* **What you have to do**
Every entry below must be transcribed exactly, with no line missing.
Provided records Block Start
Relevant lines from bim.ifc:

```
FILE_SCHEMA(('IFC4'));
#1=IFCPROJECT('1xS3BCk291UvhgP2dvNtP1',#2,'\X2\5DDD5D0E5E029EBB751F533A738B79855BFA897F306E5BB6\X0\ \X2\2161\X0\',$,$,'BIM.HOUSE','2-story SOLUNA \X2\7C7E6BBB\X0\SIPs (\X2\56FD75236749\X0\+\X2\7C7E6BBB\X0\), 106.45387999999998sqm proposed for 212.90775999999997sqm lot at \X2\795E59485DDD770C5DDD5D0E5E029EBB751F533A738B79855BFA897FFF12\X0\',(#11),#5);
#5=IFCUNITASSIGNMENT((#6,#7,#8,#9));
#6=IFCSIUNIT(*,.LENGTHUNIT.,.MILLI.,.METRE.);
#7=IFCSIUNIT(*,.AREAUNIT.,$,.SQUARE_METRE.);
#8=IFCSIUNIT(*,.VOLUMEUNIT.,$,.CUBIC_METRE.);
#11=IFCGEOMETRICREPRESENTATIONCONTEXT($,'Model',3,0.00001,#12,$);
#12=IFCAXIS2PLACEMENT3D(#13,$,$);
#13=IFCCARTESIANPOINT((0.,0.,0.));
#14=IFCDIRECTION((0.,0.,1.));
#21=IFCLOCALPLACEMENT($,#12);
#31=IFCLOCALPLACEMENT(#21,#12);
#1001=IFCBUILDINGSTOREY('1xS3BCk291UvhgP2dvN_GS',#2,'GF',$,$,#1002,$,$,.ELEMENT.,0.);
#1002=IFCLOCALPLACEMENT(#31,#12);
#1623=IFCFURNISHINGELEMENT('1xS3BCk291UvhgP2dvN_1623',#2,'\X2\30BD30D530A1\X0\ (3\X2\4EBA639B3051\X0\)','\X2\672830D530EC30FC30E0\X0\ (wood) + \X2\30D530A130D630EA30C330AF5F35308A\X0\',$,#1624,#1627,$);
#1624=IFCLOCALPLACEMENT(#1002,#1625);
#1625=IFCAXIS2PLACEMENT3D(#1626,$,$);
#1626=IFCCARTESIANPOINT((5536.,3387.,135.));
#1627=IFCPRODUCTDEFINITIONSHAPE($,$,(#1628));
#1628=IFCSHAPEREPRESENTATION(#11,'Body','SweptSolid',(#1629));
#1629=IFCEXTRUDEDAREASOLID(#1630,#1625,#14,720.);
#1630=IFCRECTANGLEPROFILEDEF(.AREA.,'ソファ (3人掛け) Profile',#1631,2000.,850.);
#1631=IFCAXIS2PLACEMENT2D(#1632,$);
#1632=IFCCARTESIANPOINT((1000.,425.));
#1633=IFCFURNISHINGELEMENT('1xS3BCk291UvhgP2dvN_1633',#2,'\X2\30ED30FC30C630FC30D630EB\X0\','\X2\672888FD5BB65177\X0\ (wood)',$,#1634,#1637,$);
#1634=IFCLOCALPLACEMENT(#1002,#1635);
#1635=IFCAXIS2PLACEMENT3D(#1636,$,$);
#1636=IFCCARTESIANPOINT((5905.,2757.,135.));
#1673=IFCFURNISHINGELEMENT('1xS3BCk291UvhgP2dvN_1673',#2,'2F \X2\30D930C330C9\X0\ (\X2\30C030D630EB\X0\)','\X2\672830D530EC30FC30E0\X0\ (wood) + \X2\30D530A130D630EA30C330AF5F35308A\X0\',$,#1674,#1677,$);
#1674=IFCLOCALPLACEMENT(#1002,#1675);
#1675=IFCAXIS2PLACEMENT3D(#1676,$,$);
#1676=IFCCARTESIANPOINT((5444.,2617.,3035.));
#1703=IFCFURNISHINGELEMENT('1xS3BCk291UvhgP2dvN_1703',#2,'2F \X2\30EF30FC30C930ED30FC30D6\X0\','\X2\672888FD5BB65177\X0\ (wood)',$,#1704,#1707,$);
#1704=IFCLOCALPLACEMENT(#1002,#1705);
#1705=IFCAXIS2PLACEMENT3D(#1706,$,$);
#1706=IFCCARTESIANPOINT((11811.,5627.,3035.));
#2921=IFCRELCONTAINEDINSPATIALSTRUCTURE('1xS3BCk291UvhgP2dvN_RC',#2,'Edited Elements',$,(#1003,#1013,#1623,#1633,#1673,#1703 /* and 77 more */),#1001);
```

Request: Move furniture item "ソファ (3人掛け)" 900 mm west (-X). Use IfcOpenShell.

```python
import ifcopenshell
import ifcopenshell.api.geometry
import ifcopenshell.util.placement
import ifcopenshell.util.unit

model = ifcopenshell.open("bim.ifc")
unit_scale = ifcopenshell.util.unit.calculate_unit_scale(model)

item = model.by_guid("1xS3BCk291UvhgP2dvN_1623")
matrix = ifcopenshell.util.placement.get_local_placement(item.ObjectPlacement)
matrix[0, 3] -= 0.9 / unit_scale
ifcopenshell.api.geometry.edit_object_placement(model, product=item, matrix=matrix, is_si=False)

print(ifcopenshell.util.placement.get_local_placement(item.ObjectPlacement).round(3) + 0.0)

model.write("bim_edited.ifc")
```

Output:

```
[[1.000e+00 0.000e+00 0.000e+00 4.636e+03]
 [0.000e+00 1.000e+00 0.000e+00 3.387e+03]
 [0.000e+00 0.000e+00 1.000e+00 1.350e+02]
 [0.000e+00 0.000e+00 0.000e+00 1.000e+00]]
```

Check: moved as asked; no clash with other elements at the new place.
Provided records Block End
* **Written answer**
Relevant lines from bim.ifc:

```
FILE_SCHEMA(('IFC4'));
#1=IFCPROJECT('1xS3BCk291UvhgP2dvNtP1',#2,'\X2\5DDD5D0E5E029EBB751F533A738B79855BFA897F306E5BB6\X0\ \X2\2161\X0\',$,$,'BIM.HOUSE','2-story SOLUNA \X2\7C7E6BBB\X0\SIPs (\X2\56FD75236749\X0\+\X2\7C7E6BBB\X0\), 106.45387999999998sqm proposed for 212.90775999999997sqm lot at \X2\795E59485DDD770C5DDD5D0E5E029EBB751F533A738B79855BFA897FFF12\X0\',(#11),#5);
#5=IFCUNITASSIGNMENT((#6,#7,#8,#9));
#6=IFCSIUNIT(*,.LENGTHUNIT.,.MILLI.,.METRE.);
#7=IFCSIUNIT(*,.AREAUNIT.,$,.SQUARE_METRE.);
#8=IFCSIUNIT(*,.VOLUMEUNIT.,$,.CUBIC_METRE.);
#11=IFCGEOMETRICREPRESENTATIONCONTEXT($,'Model',3,0.00001,#12,$);
#12=IFCAXIS2PLACEMENT3D(#13,$,$);
#13=IFCCARTESIANPOINT((0.,0.,0.));
#14=IFCDIRECTION((0.,0.,1.));
#21=IFCLOCALPLACEMENT($,#12);
#31=IFCLOCALPLACEMENT(#21,#12);
#1001=IFCBUILDINGSTOREY('1xS3BCk291UvhgP2dvN_GS',#2,'GF',$,$,#1002,$,$,.ELEMENT.,0.);
#1002=IFCLOCALPLACEMENT(#31,#12);
#1623=IFCFURNISHINGELEMENT('1xS3BCk291UvhgP2dvN_1623',#2,'\X2\30BD30D530A1\X0\ (3\X2\4EBA639B3051\X0\)','\X2\672830D530EC30FC30E0\X0\ (wood) + \X2\30D530A130D630EA30C330AF5F35308A\X0\',$,#1624,#1627,$);
#1624=IFCLOCALPLACEMENT(#1002,#1625);
#1625=IFCAXIS2PLACEMENT3D(#1626,$,$);
#1626=IFCCARTESIANPOINT((5536.,3387.,135.));
#1627=IFCPRODUCTDEFINITIONSHAPE($,$,(#1628));
#1628=IFCSHAPEREPRESENTATION(#11,'Body','SweptSolid',(#1629));
#1629=IFCEXTRUDEDAREASOLID(#1630,#1625,#14,720.);
#1630=IFCRECTANGLEPROFILEDEF(.AREA.,'ソファ (3人掛け) Profile',#1631,2000.,850.);
#1631=IFCAXIS2PLACEMENT2D(#1632,$);
#1632=IFCCARTESIANPOINT((1000.,425.));
#1633=IFCFURNISHINGELEMENT('1xS3BCk291UvhgP2dvN_1633',#2,'\X2\30ED30FC30C630FC30D630EB\X0\','\X2\672888FD5BB65177\X0\ (wood)',$,#1634,#1637,$);
#1634=IFCLOCALPLACEMENT(#1002,#1635);
#1635=IFCAXIS2PLACEMENT3D(#1636,$,$);
#1636=IFCCARTESIANPOINT((5905.,2757.,135.));
#1673=IFCFURNISHINGELEMENT('1xS3BCk291UvhgP2dvN_1673',#2,'2F \X2\30D930C330C9\X0\ (\X2\30C030D630EB\X0\)','\X2\672830D530EC30FC30E0\X0\ (wood) + \X2\30D530A130D630EA30C330AF5F35308A\X0\',$,#1674,#1677,$);
#1674=IFCLOCALPLACEMENT(#1002,#1675);
#1675=IFCAXIS2PLACEMENT3D(#1676,$,$);
#1676=IFCCARTESIANPOINT((5444.,2617.,3035.));
#1703=IFCFURNISHINGELEMENT('1xS3BCk291UvhgP2dvN_1703',#2,'2F \X2\30EF30FC30C930ED30FC30D6\X0\','\X2\672888FD5BB65177\X0\ (wood)',$,#1704,#1707,$);
#1704=IFCLOCALPLACEMENT(#1002,#1705);
#1705=IFCAXIS2PLACEMENT3D(#1706,$,$);
#1706=IFCCARTESIANPOINT((11811.,5627.,3035.));
#2921=IFCRELCONTAINEDINSPATIALSTRUCTURE('1xS3BCk291UvhgP2dvN_RC',#2,'Edited Elements',$,(#1003,#1013,#1623,#1633,#1673,#1703 /* and 77 more */),#1001);
```

Request: Move furniture item "ソファ (3人掛け)" 900 mm west (-X). Use IfcOpenShell.

```python
import ifcopenshell
import ifcopenshell.api.geometry
import ifcopenshell.util.placement
import ifcopenshell.util.unit

model = ifcopenshell.open("bim.ifc")
unit_scale = ifcopenshell.util.unit.calculate_unit_scale(model)

item = model.by_guid("1xS3BCk291UvhgP2dvN_1623")
matrix = ifcopenshell.util.placement.get_local_placement(item.ObjectPlacement)
matrix[0, 3] -= 0.9 / unit_scale
ifcopenshell.api.geometry.edit_object_placement(model, product=item, matrix=matrix, is_si=False)

print(ifcopenshell.util.placement.get_local_placement(item.ObjectPlacement).round(3) + 0.0)

model.write("bim_edited.ifc")
```

Output:

```
[[1.000e+00 0.000e+00 0.000e+00 4.636e+03]
 [0.000e+00 1.000e+00 0.000e+00 3.387e+03]
 [0.000e+00 0.000e+00 1.000e+00 1.350e+02]
 [0.000e+00 0.000e+00 0.000e+00 1.000e+00]]
```

Check: moved as asked; no clash with other elements at the new place.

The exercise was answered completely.